Iedereen wilde één of meerdere cameeën van oude stenen maar omdat die nogal kostbaar waren vond men een alternatief, men ontdekte dat schelp erg geschikt was voor het snijden van cameeën, men kon gebruik maken van de al aanwezige kleur en reliëf.

Dan zijn er nog de doubletten, deze zijn moeilijk te onderscheiden van de echte cameeën en zien er prachtig uit.
Doubletten zijn cameeën gemaakt van opaak wit glas (doorschijnend maar niet doorzichtig), en geplakt op onyx of cornalijn.

Frankrijk ongeveer 1810
onderdelen van een parure 
De mode in die tijd schreef voor dat er veel maar vooral grote cameeën gedragen moesten worden. Een geliefd sieraad was toen een collier met een hele serie cameeën, verbonden door naast elkaar gelegen kettinkjes. Op die manier  kreeg je breed sieraad dat goed paste bij het diepe decolleté die toen in de mode was.
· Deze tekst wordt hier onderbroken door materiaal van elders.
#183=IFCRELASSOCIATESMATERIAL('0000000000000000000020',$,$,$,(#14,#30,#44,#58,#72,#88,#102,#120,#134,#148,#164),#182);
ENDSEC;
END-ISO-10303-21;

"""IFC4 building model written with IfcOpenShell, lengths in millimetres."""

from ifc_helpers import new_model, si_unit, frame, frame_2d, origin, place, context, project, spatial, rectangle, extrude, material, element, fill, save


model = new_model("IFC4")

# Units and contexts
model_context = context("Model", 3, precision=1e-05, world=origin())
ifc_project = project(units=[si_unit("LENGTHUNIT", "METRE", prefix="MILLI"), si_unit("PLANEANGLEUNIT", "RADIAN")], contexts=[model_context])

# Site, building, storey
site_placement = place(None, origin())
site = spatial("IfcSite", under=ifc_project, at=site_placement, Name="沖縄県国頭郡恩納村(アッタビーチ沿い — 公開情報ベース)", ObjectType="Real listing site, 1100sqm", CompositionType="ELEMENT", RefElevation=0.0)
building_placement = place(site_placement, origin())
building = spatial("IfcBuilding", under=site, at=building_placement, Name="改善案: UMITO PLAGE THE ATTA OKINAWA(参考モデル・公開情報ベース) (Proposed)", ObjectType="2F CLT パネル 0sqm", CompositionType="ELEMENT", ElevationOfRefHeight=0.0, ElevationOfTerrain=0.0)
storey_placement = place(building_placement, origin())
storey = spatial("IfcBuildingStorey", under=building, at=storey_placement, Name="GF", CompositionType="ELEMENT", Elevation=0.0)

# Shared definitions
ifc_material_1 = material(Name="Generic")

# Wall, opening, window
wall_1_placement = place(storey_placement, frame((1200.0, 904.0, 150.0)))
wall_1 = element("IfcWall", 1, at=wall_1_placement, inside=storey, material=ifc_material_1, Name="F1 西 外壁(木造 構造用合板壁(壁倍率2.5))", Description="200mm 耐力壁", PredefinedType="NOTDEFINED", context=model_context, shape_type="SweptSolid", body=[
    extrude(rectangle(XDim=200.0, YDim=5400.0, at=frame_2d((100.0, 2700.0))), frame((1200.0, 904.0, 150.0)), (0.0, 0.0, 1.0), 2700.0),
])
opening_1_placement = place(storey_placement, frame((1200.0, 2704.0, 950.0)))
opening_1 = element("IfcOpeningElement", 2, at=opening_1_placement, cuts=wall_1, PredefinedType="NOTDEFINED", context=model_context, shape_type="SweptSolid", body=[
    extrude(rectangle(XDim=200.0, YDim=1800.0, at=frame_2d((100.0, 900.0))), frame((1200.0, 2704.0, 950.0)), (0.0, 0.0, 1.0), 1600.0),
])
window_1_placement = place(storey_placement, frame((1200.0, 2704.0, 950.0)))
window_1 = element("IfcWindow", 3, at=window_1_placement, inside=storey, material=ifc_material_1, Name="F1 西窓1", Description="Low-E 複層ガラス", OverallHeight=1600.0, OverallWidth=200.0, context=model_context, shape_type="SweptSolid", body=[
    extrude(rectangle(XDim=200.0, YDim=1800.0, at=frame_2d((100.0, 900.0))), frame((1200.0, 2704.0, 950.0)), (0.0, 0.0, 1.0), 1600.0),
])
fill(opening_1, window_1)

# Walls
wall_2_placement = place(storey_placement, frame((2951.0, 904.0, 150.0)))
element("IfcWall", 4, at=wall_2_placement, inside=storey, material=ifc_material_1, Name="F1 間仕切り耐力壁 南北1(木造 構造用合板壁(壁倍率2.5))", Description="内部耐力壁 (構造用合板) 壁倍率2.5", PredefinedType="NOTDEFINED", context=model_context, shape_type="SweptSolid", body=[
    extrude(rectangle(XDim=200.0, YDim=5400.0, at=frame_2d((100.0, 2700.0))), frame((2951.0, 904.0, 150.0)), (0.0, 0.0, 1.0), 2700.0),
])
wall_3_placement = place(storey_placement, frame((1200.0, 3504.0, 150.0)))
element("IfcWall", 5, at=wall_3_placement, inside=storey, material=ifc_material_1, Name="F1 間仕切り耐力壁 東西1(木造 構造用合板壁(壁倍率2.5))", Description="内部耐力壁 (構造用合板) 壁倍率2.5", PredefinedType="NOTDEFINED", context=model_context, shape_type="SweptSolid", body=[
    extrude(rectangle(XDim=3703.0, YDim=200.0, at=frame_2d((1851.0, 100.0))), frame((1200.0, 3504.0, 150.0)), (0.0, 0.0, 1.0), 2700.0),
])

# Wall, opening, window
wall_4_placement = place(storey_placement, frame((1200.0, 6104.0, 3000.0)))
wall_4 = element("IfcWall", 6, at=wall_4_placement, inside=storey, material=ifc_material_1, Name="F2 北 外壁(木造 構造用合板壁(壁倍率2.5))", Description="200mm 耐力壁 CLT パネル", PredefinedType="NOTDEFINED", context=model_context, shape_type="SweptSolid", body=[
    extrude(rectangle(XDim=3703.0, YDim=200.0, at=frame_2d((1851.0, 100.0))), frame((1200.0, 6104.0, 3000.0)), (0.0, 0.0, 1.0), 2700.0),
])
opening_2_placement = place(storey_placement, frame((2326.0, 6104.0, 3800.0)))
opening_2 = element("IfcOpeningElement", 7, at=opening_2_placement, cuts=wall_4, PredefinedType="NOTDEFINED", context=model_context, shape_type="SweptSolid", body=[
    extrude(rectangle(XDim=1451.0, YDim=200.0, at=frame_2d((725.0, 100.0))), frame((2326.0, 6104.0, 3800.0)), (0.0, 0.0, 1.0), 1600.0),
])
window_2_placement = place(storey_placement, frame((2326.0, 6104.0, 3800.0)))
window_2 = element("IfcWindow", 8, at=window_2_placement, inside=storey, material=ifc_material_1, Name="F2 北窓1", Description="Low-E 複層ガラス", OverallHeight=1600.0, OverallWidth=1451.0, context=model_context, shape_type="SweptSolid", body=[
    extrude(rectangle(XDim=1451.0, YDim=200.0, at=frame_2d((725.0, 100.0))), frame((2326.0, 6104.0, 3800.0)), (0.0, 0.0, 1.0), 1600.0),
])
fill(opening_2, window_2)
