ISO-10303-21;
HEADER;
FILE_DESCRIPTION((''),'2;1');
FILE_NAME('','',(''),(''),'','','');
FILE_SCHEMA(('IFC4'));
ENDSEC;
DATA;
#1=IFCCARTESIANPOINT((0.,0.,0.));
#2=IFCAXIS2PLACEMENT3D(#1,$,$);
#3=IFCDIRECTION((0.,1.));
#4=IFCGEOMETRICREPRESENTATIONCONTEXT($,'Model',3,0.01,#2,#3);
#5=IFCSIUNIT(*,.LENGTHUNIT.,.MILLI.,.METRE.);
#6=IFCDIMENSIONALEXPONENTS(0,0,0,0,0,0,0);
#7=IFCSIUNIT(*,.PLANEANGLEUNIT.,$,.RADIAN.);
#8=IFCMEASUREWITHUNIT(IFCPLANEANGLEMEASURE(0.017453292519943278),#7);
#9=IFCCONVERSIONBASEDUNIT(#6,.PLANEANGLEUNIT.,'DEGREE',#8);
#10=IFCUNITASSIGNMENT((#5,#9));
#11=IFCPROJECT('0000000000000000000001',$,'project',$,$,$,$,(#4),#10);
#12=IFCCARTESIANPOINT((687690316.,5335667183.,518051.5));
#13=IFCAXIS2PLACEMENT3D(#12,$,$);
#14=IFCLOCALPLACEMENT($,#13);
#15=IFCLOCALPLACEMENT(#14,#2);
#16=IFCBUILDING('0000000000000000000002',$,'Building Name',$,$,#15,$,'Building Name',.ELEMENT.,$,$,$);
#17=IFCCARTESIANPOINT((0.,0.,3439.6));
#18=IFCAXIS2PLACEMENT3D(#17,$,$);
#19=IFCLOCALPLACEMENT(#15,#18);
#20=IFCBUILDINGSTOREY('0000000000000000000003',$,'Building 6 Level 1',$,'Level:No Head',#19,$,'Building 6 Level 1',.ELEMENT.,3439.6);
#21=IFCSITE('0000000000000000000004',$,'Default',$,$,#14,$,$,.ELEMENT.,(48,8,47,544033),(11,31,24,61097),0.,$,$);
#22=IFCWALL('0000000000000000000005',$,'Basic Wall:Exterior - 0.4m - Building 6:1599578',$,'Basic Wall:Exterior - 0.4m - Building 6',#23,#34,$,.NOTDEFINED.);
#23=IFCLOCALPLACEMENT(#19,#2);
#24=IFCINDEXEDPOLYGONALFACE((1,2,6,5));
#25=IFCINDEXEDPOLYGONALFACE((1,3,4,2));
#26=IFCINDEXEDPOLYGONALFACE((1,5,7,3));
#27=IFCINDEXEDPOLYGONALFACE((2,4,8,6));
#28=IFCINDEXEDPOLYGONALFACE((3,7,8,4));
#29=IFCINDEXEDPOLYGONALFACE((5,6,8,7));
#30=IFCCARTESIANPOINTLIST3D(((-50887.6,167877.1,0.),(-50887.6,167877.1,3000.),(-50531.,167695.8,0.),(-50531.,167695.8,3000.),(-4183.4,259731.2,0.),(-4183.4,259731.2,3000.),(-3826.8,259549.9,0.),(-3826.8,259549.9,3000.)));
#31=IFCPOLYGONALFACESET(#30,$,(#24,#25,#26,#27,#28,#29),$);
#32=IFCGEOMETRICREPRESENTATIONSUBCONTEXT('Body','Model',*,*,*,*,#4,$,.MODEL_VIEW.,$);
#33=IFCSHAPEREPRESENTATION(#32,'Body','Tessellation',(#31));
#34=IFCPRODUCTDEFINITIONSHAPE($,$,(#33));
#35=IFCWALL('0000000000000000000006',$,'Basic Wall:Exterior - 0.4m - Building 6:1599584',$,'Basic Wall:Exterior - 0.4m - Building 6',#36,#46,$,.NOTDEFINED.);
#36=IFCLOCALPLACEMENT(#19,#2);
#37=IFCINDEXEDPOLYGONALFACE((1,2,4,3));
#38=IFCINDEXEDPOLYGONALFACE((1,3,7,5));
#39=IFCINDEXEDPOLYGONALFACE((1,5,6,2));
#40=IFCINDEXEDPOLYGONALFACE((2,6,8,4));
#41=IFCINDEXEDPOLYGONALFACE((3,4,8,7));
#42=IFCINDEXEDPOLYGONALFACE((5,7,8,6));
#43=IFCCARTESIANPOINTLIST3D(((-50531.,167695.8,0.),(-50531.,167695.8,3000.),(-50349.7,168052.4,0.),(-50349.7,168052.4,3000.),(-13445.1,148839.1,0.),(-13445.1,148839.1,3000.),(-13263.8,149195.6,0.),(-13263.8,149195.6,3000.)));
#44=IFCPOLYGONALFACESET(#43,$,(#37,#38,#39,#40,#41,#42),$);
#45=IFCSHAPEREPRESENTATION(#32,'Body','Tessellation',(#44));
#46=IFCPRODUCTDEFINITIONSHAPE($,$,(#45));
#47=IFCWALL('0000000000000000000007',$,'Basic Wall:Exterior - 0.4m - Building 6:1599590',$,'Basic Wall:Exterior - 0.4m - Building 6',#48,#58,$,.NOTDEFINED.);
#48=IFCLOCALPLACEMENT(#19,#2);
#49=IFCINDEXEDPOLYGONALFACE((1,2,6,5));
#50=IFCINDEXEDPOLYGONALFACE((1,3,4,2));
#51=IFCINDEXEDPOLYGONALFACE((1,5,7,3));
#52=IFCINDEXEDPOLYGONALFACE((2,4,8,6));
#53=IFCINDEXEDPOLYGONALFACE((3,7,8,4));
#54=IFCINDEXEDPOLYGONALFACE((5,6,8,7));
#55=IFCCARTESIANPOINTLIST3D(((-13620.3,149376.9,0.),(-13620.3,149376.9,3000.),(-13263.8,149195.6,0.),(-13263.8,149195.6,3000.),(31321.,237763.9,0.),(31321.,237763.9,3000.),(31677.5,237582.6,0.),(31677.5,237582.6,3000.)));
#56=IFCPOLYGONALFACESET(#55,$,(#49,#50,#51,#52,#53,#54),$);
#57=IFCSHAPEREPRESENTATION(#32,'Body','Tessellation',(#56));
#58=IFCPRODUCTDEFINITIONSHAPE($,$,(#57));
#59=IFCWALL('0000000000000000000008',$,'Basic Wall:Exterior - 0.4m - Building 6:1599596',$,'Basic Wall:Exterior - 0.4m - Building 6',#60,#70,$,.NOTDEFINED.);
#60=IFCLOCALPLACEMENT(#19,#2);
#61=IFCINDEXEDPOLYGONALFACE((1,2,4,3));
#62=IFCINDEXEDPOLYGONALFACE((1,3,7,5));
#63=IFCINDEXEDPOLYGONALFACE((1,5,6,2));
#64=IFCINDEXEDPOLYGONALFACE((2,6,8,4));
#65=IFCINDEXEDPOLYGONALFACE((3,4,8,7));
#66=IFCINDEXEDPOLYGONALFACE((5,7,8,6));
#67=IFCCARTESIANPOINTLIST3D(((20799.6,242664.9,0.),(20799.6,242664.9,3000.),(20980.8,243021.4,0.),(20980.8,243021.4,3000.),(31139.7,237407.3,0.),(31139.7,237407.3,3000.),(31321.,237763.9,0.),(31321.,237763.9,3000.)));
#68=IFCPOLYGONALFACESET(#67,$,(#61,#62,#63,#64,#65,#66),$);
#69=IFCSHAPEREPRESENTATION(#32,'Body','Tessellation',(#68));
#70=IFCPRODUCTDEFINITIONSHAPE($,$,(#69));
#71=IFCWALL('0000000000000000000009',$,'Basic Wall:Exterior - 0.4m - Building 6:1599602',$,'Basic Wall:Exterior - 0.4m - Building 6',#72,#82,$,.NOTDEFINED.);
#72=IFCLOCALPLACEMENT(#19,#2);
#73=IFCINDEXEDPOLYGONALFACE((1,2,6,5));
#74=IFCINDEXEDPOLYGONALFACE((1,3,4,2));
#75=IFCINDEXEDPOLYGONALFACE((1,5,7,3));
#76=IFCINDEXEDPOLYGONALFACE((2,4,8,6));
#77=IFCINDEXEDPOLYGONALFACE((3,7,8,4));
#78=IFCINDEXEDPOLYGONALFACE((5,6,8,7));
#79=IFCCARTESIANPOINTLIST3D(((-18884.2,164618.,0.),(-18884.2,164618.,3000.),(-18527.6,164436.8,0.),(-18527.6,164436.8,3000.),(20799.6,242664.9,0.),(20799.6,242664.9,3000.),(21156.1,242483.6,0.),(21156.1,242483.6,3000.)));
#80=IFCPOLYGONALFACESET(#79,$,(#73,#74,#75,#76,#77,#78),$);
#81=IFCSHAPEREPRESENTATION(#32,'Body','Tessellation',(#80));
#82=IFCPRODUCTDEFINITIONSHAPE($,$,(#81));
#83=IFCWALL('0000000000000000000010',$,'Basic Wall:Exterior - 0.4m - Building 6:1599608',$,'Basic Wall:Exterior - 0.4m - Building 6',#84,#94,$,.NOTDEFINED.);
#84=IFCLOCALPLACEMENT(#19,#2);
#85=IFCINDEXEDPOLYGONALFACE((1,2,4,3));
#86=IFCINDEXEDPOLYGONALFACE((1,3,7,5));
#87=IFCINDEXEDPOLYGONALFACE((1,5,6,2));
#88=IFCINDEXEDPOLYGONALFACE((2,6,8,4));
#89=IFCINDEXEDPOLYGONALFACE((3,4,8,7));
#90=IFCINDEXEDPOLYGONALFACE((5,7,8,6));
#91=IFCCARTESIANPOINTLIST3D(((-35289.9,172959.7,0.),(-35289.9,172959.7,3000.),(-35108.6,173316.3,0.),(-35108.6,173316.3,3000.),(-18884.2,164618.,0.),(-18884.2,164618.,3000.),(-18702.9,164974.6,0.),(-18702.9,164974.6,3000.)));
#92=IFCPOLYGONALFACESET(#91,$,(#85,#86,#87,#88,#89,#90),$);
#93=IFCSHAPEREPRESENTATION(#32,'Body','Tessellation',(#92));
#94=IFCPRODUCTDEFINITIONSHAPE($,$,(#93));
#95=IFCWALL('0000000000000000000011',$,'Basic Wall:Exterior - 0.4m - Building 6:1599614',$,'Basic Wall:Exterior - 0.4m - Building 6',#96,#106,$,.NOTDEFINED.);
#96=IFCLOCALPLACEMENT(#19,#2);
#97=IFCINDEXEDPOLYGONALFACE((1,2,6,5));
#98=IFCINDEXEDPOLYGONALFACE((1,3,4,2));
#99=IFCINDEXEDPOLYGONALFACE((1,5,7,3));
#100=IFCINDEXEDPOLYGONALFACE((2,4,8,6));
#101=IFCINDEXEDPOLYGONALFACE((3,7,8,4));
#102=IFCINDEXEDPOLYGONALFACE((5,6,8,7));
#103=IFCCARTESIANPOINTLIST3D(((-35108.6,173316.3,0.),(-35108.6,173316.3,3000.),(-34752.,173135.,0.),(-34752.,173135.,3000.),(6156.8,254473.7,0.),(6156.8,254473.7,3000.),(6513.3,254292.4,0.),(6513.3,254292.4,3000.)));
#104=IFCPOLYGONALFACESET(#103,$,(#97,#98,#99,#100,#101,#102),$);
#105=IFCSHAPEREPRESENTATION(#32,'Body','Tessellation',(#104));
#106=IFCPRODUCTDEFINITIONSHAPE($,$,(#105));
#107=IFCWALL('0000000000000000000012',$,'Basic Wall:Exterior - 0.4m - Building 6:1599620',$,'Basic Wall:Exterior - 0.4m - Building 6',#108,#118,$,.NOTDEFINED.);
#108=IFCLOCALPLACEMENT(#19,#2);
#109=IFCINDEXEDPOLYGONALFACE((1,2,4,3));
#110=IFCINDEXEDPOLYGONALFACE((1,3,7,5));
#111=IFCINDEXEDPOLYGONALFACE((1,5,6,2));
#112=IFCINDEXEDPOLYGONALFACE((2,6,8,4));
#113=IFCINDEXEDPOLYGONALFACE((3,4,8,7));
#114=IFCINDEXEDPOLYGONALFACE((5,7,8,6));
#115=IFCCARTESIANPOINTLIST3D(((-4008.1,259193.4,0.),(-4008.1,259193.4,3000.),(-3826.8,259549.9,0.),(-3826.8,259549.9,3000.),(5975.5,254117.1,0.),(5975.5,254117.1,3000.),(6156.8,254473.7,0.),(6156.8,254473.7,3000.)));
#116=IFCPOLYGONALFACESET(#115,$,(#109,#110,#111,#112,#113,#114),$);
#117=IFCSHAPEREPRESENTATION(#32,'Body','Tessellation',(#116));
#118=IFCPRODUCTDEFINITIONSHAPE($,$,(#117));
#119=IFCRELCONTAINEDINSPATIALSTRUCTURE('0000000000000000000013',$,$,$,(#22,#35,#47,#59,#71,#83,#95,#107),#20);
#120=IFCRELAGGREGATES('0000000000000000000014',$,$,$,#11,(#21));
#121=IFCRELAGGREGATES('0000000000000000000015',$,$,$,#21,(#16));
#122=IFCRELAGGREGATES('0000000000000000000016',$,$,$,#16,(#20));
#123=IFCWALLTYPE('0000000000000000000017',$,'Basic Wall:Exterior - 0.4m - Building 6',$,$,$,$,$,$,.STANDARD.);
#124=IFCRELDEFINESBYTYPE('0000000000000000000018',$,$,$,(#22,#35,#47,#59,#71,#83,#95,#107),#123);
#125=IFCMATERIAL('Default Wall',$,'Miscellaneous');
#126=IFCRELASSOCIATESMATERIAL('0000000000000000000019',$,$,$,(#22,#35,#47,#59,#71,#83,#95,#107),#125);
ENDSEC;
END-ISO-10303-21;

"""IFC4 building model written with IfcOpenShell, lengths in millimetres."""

from ifc_helpers import new_model, entity, si_unit, converted_unit, direction, frame, origin, place, context, subcontext, project, spatial, indexed_curve, outline, extrude, material, type_object, element, save


model = new_model("IFC4")

# Units and contexts
model_context = context("Model", 3, precision=0.01, world=origin(), true_north=direction((0.0, 1.0)))
body_context = subcontext(model_context, "Body", "Model", "MODEL_VIEW")
ifc_project = project(units=[si_unit("LENGTHUNIT", "METRE", prefix="MILLI"), converted_unit("PLANEANGLEUNIT", "DEGREE", entity("IfcPlaneAngleMeasure", 0.017453292519943278), si_unit("PLANEANGLEUNIT", "RADIAN"), dimensions=[0, 0, 0, 0, 0, 0, 0])], contexts=[model_context])

# Site, building, storey
site_placement = place(None, frame((687690316.0, 5335667183.0, 518051.5)))
site = spatial("IfcSite", under=ifc_project, at=site_placement, Name="Default", CompositionType="ELEMENT", RefLatitude=(48, 8, 47, 544033), RefLongitude=(11, 31, 24, 61097), RefElevation=0.0)
building_placement = place(site_placement, origin())
building = spatial("IfcBuilding", under=site, at=building_placement, Name="Building Name", LongName="Building Name", CompositionType="ELEMENT")
storey_placement = place(building_placement, frame((0.0, 0.0, 3439.6)))
storey = spatial("IfcBuildingStorey", under=building, at=storey_placement, Name="Building 6 Level 1", ObjectType="Level:No Head", LongName="Building 6 Level 1", CompositionType="ELEMENT", Elevation=3439.6)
Het modetijdschrift "Journal des Dames" schreef in 1805 dat een modebewuste vrouw cameeën draagt op iedere armband, haar ceintuur, haar halsketting en diadeem. 

zaterdag 13 april 2013

Glyptiek: intaglio en cameo

intaglio
Glyptiek is de kunst van het graveren van edelstenen. 
Er zijn 2 verschillende technieken, de intaglio en de cameo. Intaglio is een zeer oude kunst, afbeeldingen worden verlaagd aangebracht in klei of edelstenen, deze techniek werd 3000 v. Chr. al toegepast in Mesopotamië, vooral op rolzegels. 
Intaglio, komt van het Italiaanse woord tagliare (snijden), deze techniek is het  tegenovergestelde van cameo, bij de cameotechniek worden de afbeeldingen verhoogd aangebracht.

De Foeniciërs, een handelsvolk (1200 -150 v. Chr.), pasten de intagliotechniek al toe op zachte stenen bv serpentijn en gaven hun kennis door aan de Egyptenaren.
Het snijden in die tijd deed men met een steensplinter die als burijn (pen om te krassen) fungeerde en als schuurmiddel gebruikte men zand.
De Egyptenaren begonnen hardere steensoorten te bewerken zoals carneool, groene jaspis en chalcedoon ook werden er nieuwere technieken uitgevonden. Ze gebruikten in die tijd al een boortje met verwisselbare hulpstukjes, en voor het schuren gebruikten ze mengsels van olie en gemalen korund.

Camee
De cameotechniek ontdekte men veel later, pas in de 5de eeuw n.Chr. Deze techniek werd niet alleen toegepast op edelstenen, ook schelp, parelmoer en bloedkoraal leende zich daar goed voor, de decoratie is namelijk al aanwezig in het materiaal door het reliëf.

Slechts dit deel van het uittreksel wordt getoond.